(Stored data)

Content starts

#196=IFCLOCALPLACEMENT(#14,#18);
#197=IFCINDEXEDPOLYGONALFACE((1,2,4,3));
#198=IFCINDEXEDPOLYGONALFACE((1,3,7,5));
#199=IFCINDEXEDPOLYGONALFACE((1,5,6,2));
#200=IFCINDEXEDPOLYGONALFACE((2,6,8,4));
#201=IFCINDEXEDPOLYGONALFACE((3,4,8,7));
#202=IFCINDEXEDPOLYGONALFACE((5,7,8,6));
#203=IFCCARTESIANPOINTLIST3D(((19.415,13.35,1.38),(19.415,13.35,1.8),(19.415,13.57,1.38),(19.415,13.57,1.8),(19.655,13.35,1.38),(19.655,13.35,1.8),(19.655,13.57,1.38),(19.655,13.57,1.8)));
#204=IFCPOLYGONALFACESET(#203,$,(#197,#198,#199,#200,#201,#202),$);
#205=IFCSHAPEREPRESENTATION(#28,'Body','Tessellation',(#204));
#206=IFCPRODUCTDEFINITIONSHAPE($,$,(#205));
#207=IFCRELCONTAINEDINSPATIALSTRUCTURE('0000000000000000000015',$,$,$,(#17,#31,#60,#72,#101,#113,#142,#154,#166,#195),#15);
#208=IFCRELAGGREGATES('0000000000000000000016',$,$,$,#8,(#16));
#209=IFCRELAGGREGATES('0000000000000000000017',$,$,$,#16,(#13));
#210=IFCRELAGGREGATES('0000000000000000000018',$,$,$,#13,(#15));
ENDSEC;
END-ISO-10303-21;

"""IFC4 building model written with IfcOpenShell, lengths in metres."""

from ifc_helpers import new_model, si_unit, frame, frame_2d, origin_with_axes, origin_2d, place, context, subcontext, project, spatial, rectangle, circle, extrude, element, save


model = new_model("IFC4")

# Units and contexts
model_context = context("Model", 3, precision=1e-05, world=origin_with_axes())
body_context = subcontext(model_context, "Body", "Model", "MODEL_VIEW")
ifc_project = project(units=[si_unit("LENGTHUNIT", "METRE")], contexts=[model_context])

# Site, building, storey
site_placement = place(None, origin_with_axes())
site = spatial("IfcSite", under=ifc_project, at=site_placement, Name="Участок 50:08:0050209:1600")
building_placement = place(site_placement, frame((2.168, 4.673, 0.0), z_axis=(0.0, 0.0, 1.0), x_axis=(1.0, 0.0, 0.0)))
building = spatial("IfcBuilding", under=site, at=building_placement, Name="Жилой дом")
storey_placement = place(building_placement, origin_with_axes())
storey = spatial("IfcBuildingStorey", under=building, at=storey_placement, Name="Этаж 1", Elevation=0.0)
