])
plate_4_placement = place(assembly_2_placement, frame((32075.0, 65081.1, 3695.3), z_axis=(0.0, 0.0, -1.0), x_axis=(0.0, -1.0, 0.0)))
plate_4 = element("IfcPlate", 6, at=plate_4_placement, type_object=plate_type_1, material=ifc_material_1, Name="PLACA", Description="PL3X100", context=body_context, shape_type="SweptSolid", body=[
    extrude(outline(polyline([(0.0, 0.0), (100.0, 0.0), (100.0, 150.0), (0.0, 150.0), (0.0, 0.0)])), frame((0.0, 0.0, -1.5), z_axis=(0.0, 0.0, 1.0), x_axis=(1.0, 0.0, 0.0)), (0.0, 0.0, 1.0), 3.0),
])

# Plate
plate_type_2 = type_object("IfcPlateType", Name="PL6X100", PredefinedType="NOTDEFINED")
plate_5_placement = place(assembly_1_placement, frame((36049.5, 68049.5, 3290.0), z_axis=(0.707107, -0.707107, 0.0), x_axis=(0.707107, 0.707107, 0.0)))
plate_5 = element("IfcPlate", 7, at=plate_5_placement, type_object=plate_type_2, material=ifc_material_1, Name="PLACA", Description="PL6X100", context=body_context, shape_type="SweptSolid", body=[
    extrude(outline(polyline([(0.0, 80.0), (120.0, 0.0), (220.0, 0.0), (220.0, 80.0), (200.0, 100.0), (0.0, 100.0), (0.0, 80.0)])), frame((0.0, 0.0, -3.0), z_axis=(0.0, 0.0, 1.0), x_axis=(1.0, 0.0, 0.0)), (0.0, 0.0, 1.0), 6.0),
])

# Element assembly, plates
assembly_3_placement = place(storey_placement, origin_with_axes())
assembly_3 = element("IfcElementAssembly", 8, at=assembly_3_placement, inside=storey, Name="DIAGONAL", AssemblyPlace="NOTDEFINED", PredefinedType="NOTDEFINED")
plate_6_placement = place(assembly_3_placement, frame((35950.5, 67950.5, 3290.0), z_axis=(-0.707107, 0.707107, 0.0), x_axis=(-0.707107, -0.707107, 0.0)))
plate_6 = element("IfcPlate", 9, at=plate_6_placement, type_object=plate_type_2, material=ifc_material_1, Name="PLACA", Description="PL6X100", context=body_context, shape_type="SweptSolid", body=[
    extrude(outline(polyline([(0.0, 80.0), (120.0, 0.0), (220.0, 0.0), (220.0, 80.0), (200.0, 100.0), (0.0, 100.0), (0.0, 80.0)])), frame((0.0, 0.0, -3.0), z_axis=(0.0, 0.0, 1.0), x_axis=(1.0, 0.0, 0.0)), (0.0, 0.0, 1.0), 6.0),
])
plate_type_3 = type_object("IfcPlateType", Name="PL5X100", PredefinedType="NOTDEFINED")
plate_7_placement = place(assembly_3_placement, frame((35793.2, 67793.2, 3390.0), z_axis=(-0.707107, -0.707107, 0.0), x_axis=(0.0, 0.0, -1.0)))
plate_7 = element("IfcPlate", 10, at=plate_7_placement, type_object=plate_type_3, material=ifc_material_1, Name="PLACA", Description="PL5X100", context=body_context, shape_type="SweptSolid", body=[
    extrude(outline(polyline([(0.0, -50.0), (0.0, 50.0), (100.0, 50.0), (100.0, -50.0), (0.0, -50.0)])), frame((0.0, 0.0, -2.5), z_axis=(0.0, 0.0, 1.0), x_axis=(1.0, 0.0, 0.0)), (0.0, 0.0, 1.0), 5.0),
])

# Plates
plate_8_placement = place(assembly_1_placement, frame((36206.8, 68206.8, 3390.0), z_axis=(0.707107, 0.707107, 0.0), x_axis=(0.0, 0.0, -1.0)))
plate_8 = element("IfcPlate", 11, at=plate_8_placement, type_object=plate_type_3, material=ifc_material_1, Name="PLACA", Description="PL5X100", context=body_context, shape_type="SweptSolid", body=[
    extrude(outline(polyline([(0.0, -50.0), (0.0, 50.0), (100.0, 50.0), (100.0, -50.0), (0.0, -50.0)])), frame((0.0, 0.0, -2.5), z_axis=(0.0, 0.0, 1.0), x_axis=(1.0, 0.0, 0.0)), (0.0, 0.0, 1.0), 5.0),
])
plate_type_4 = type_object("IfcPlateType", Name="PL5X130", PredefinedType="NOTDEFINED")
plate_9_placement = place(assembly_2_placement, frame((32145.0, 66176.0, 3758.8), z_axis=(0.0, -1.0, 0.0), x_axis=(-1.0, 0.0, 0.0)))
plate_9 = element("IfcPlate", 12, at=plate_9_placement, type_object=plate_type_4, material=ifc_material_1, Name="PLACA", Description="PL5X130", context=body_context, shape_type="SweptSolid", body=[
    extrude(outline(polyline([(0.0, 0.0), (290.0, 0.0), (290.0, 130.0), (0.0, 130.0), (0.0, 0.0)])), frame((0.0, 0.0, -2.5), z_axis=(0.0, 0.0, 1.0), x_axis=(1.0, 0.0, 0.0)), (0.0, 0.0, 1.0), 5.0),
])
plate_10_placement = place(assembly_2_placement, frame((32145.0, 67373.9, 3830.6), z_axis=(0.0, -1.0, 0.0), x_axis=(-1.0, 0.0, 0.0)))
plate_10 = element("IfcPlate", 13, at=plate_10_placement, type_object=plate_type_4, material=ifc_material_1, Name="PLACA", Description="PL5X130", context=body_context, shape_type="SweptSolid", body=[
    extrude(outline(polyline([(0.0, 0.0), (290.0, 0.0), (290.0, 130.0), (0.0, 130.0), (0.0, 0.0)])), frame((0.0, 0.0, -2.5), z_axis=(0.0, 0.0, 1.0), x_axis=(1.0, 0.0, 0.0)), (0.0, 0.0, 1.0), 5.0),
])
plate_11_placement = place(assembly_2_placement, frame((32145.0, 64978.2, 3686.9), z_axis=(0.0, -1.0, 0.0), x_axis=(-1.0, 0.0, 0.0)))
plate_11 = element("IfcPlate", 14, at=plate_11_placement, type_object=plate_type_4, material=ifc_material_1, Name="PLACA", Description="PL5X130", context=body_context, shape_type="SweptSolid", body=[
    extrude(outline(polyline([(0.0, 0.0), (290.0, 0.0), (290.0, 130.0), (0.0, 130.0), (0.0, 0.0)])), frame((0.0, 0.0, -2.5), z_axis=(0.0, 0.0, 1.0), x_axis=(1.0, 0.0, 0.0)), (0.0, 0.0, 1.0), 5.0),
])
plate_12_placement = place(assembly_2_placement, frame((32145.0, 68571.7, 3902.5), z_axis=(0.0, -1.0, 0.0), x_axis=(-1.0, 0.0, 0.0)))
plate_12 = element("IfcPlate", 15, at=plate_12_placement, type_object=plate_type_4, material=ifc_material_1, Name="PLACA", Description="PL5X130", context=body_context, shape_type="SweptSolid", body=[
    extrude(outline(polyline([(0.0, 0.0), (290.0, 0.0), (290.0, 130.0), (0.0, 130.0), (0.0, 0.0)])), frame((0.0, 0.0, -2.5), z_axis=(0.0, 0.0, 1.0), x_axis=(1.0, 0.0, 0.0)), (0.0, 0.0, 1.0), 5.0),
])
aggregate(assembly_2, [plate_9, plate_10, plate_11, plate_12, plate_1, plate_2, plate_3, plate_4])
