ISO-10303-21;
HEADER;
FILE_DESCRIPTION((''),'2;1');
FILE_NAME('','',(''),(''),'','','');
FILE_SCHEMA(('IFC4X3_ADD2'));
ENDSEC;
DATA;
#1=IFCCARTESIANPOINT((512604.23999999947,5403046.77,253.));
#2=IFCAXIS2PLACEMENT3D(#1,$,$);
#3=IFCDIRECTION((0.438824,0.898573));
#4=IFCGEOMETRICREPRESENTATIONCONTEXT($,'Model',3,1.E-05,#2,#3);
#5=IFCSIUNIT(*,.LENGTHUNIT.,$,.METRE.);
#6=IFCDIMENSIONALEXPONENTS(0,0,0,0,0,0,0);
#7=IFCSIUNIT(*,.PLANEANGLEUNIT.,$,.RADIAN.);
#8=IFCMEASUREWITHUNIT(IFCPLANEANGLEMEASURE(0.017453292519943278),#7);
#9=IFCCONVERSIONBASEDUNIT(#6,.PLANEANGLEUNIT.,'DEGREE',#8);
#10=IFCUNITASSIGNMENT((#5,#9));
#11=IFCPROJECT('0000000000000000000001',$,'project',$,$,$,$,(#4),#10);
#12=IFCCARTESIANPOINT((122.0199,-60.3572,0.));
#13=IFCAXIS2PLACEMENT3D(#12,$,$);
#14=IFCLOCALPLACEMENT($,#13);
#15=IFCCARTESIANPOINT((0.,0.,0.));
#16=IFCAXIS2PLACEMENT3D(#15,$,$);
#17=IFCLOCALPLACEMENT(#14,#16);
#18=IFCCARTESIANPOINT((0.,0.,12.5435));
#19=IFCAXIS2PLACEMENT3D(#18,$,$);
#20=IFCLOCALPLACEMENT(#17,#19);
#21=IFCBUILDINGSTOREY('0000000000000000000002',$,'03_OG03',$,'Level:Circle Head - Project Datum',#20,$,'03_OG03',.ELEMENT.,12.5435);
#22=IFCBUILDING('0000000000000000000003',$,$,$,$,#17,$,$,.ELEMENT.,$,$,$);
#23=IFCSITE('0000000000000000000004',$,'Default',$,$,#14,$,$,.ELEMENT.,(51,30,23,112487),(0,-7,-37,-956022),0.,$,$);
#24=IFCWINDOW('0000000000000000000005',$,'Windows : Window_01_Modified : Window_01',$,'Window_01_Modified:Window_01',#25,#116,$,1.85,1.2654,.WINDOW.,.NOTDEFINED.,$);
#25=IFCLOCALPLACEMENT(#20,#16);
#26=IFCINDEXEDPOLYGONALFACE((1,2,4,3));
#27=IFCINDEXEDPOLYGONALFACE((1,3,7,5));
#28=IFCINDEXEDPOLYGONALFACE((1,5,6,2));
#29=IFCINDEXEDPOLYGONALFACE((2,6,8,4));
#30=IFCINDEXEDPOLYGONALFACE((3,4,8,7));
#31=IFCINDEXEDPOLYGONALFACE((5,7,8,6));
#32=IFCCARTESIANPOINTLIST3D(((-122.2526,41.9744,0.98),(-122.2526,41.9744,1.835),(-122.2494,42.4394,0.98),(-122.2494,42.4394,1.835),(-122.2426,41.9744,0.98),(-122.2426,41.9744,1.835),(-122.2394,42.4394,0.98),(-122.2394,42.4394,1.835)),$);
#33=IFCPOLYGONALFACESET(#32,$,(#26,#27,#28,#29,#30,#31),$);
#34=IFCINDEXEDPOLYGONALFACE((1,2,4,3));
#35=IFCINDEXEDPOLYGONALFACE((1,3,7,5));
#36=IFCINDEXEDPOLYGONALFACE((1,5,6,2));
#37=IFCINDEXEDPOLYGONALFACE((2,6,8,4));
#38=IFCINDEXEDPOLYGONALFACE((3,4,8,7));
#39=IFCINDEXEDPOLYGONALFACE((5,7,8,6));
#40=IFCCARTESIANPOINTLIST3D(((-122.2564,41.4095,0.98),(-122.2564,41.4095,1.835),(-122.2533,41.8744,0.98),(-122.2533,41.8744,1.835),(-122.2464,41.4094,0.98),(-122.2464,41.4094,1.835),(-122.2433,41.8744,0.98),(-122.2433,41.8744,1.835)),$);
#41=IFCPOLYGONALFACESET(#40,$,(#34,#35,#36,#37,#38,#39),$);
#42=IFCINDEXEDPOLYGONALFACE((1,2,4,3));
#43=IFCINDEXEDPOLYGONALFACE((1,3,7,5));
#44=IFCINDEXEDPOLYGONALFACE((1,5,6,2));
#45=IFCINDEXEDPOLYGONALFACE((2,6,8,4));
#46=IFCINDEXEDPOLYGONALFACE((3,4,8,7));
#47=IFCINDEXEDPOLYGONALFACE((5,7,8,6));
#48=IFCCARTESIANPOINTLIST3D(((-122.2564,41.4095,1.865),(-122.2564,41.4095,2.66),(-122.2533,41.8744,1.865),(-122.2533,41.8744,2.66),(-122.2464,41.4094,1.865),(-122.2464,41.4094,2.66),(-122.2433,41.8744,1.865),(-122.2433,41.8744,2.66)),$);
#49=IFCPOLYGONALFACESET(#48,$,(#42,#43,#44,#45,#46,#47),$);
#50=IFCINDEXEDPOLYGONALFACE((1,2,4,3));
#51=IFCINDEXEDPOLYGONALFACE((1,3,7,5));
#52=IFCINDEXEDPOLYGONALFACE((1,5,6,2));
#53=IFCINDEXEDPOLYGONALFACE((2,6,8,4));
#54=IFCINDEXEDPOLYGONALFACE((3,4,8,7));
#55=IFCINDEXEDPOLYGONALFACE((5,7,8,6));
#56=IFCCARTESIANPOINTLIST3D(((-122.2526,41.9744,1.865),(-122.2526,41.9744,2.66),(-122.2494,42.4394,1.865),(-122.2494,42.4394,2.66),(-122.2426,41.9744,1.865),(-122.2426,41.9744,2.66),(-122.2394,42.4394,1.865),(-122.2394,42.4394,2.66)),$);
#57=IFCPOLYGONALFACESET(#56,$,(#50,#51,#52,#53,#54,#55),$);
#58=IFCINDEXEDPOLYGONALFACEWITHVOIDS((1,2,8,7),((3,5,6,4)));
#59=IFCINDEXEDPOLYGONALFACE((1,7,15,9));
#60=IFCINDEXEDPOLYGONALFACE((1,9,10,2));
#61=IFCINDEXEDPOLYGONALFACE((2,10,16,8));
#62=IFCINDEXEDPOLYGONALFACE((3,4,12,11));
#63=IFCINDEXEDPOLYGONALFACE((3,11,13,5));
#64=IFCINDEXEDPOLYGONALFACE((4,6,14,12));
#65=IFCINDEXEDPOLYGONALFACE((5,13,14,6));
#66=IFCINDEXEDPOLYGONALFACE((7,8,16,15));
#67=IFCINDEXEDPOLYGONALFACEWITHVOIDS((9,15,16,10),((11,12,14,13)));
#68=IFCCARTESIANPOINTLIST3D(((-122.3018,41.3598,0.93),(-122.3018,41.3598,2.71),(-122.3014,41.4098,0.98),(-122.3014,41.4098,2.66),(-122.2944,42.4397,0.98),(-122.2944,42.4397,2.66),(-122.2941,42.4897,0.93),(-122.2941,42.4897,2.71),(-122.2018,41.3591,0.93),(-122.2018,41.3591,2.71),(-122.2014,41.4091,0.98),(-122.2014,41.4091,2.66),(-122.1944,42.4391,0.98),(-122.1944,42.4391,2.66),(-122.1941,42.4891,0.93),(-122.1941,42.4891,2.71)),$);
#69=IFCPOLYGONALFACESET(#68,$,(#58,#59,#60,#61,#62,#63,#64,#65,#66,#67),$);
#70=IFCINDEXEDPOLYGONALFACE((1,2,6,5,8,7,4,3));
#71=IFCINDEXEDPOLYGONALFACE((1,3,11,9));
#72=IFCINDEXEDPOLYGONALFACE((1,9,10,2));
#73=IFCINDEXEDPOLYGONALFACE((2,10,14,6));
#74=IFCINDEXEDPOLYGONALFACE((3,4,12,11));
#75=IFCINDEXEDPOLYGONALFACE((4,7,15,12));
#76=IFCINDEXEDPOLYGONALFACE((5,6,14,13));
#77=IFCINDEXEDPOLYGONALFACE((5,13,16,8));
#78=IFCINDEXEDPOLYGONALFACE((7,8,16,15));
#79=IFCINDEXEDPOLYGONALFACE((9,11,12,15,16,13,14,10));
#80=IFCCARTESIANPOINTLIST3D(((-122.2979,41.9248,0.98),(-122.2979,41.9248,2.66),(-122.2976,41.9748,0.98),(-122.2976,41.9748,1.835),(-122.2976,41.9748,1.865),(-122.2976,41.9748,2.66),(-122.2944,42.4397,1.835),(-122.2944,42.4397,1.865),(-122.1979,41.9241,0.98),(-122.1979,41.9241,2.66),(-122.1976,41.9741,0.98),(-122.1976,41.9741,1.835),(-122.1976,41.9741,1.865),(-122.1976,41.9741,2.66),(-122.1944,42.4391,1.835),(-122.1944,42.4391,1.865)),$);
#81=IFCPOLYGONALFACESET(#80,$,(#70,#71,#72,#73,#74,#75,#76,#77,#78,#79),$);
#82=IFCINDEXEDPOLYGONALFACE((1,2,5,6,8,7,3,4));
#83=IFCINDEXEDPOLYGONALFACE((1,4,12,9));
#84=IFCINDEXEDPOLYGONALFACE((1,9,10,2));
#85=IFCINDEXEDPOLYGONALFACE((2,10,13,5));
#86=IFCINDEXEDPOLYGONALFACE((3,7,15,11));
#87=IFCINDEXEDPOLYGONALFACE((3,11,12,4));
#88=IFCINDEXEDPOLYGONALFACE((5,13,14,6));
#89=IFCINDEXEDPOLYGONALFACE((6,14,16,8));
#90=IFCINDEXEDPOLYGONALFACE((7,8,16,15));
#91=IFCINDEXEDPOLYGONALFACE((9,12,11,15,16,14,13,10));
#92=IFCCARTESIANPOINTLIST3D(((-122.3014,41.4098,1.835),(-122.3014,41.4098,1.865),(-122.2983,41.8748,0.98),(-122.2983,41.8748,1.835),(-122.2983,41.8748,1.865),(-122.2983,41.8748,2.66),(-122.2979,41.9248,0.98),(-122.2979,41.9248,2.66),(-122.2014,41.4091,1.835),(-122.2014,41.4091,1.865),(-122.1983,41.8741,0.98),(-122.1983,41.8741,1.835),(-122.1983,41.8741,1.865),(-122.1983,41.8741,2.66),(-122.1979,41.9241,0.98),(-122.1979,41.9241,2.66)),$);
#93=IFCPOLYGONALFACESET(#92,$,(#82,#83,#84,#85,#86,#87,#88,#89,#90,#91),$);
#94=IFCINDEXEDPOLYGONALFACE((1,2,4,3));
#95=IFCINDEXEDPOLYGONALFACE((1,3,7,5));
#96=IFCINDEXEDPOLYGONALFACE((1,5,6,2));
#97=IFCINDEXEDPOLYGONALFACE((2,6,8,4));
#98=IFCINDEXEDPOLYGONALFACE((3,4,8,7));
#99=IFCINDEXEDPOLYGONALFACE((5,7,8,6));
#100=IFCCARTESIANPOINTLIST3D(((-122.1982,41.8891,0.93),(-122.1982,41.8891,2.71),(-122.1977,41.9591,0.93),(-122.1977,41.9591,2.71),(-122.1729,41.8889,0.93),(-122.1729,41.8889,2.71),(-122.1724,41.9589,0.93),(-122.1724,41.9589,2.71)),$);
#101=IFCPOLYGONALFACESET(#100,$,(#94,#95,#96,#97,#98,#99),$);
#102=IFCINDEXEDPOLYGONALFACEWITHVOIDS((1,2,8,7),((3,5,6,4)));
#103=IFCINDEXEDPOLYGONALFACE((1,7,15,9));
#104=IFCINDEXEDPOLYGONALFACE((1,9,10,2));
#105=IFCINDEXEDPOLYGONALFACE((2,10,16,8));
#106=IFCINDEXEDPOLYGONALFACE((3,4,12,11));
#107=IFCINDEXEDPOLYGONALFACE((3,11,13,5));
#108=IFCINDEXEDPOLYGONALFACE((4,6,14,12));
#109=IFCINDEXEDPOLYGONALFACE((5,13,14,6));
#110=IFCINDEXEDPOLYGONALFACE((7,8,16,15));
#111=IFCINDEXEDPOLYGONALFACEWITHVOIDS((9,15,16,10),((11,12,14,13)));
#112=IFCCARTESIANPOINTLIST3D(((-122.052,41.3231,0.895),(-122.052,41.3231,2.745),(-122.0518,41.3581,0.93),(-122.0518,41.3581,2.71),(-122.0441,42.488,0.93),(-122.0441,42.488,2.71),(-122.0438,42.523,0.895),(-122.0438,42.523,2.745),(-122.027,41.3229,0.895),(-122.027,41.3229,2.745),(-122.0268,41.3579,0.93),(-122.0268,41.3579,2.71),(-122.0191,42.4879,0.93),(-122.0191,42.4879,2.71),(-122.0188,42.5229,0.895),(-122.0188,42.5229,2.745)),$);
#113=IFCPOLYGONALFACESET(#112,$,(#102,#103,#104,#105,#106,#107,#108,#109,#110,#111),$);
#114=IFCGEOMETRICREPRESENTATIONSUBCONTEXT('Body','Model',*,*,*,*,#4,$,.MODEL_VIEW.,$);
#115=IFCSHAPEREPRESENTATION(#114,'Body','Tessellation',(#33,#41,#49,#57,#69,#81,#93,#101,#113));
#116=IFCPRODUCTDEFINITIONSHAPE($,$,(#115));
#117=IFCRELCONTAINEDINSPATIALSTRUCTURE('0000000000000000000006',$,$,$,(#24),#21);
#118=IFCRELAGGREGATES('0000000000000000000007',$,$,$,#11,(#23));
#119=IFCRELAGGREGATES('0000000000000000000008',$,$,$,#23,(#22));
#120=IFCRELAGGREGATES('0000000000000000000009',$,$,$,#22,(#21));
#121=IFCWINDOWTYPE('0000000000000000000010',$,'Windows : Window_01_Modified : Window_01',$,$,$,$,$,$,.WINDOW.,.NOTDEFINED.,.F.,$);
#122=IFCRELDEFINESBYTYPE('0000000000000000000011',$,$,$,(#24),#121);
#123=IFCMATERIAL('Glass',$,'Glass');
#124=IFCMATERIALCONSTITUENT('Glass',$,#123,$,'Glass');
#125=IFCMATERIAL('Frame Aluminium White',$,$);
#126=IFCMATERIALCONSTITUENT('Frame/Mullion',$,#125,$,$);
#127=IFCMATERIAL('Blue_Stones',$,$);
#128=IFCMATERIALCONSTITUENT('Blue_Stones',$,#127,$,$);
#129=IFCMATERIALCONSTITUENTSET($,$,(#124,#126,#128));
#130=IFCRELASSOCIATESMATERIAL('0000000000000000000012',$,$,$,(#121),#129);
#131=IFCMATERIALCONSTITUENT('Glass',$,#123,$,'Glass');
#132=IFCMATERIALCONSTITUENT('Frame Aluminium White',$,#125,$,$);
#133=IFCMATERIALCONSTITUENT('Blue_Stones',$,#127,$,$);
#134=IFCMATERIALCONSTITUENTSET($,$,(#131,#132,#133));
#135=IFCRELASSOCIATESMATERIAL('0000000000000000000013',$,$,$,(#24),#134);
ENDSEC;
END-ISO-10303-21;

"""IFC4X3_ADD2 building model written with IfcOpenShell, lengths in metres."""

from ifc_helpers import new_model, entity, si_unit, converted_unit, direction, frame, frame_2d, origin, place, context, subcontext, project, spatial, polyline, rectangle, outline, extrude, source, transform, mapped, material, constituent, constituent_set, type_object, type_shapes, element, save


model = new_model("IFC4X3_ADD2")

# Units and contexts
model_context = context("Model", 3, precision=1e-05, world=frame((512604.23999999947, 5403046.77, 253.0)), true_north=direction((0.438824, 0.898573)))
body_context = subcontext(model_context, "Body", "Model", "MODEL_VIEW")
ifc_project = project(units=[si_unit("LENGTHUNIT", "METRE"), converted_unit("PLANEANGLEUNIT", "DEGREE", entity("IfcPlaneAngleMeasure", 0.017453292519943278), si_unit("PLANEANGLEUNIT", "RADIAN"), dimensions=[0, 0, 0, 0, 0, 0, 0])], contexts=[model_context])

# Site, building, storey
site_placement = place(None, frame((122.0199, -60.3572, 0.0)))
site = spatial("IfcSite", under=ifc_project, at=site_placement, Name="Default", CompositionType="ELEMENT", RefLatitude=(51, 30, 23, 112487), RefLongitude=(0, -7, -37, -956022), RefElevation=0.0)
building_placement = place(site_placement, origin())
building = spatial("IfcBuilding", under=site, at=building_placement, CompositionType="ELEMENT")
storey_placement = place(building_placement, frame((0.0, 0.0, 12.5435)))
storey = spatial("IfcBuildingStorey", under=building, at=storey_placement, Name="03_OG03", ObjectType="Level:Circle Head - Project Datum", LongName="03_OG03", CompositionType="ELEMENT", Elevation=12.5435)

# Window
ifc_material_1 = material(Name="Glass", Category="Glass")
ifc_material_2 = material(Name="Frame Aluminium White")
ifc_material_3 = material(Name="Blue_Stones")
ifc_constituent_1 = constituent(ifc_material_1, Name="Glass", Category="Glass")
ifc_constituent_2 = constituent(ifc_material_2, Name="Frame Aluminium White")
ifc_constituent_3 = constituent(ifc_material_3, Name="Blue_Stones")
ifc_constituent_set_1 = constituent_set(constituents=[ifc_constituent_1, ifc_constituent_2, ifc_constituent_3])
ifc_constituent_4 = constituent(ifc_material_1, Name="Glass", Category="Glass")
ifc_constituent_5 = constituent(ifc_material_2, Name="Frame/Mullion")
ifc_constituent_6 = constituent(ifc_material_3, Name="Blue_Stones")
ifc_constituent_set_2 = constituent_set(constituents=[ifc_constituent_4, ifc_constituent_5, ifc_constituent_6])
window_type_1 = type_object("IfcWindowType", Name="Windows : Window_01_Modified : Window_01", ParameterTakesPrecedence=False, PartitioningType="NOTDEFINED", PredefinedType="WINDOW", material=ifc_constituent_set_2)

Content ends

* [Exercise] Take the lines from the first line of the records through the line holding "storey_placement = place(building_placement, origin_with_axes())", both included, and please reproduce them exactly with nothing added.

* [Result]
#196=IFCLOCALPLACEMENT(#14,#18);
#197=IFCINDEXEDPOLYGONALFACE((1,2,4,3));
#198=IFCINDEXEDPOLYGONALFACE((1,3,7,5));
#199=IFCINDEXEDPOLYGONALFACE((1,5,6,2));
#200=IFCINDEXEDPOLYGONALFACE((2,6,8,4));
#201=IFCINDEXEDPOLYGONALFACE((3,4,8,7));
#202=IFCINDEXEDPOLYGONALFACE((5,7,8,6));
#203=IFCCARTESIANPOINTLIST3D(((19.415,13.35,1.38),(19.415,13.35,1.8),(19.415,13.57,1.38),(19.415,13.57,1.8),(19.655,13.35,1.38),(19.655,13.35,1.8),(19.655,13.57,1.38),(19.655,13.57,1.8)));
#204=IFCPOLYGONALFACESET(#203,$,(#197,#198,#199,#200,#201,#202),$);
#205=IFCSHAPEREPRESENTATION(#28,'Body','Tessellation',(#204));
#206=IFCPRODUCTDEFINITIONSHAPE($,$,(#205));
#207=IFCRELCONTAINEDINSPATIALSTRUCTURE('0000000000000000000015',$,$,$,(#17,#31,#60,#72,#101,#113,#142,#154,#166,#195),#15);
#208=IFCRELAGGREGATES('0000000000000000000016',$,$,$,#8,(#16));
#209=IFCRELAGGREGATES('0000000000000000000017',$,$,$,#16,(#13));
#210=IFCRELAGGREGATES('0000000000000000000018',$,$,$,#13,(#15));
ENDSEC;
END-ISO-10303-21;

"""IFC4 building model written with IfcOpenShell, lengths in metres."""

from ifc_helpers import new_model, si_unit, frame, frame_2d, origin_with_axes, origin_2d, place, context, subcontext, project, spatial, rectangle, circle, extrude, element, save


model = new_model("IFC4")

# Units and contexts
model_context = context("Model", 3, precision=1e-05, world=origin_with_axes())
body_context = subcontext(model_context, "Body", "Model", "MODEL_VIEW")
ifc_project = project(units=[si_unit("LENGTHUNIT", "METRE")], contexts=[model_context])

# Site, building, storey
site_placement = place(None, origin_with_axes())
site = spatial("IfcSite", under=ifc_project, at=site_placement, Name="Участок 50:08:0050209:1600")
building_placement = place(site_placement, frame((2.168, 4.673, 0.0), z_axis=(0.0, 0.0, 1.0), x_axis=(1.0, 0.0, 0.0)))
building = spatial("IfcBuilding", under=site, at=building_placement, Name="Жилой дом")
storey_placement = place(building_placement, origin_with_axes())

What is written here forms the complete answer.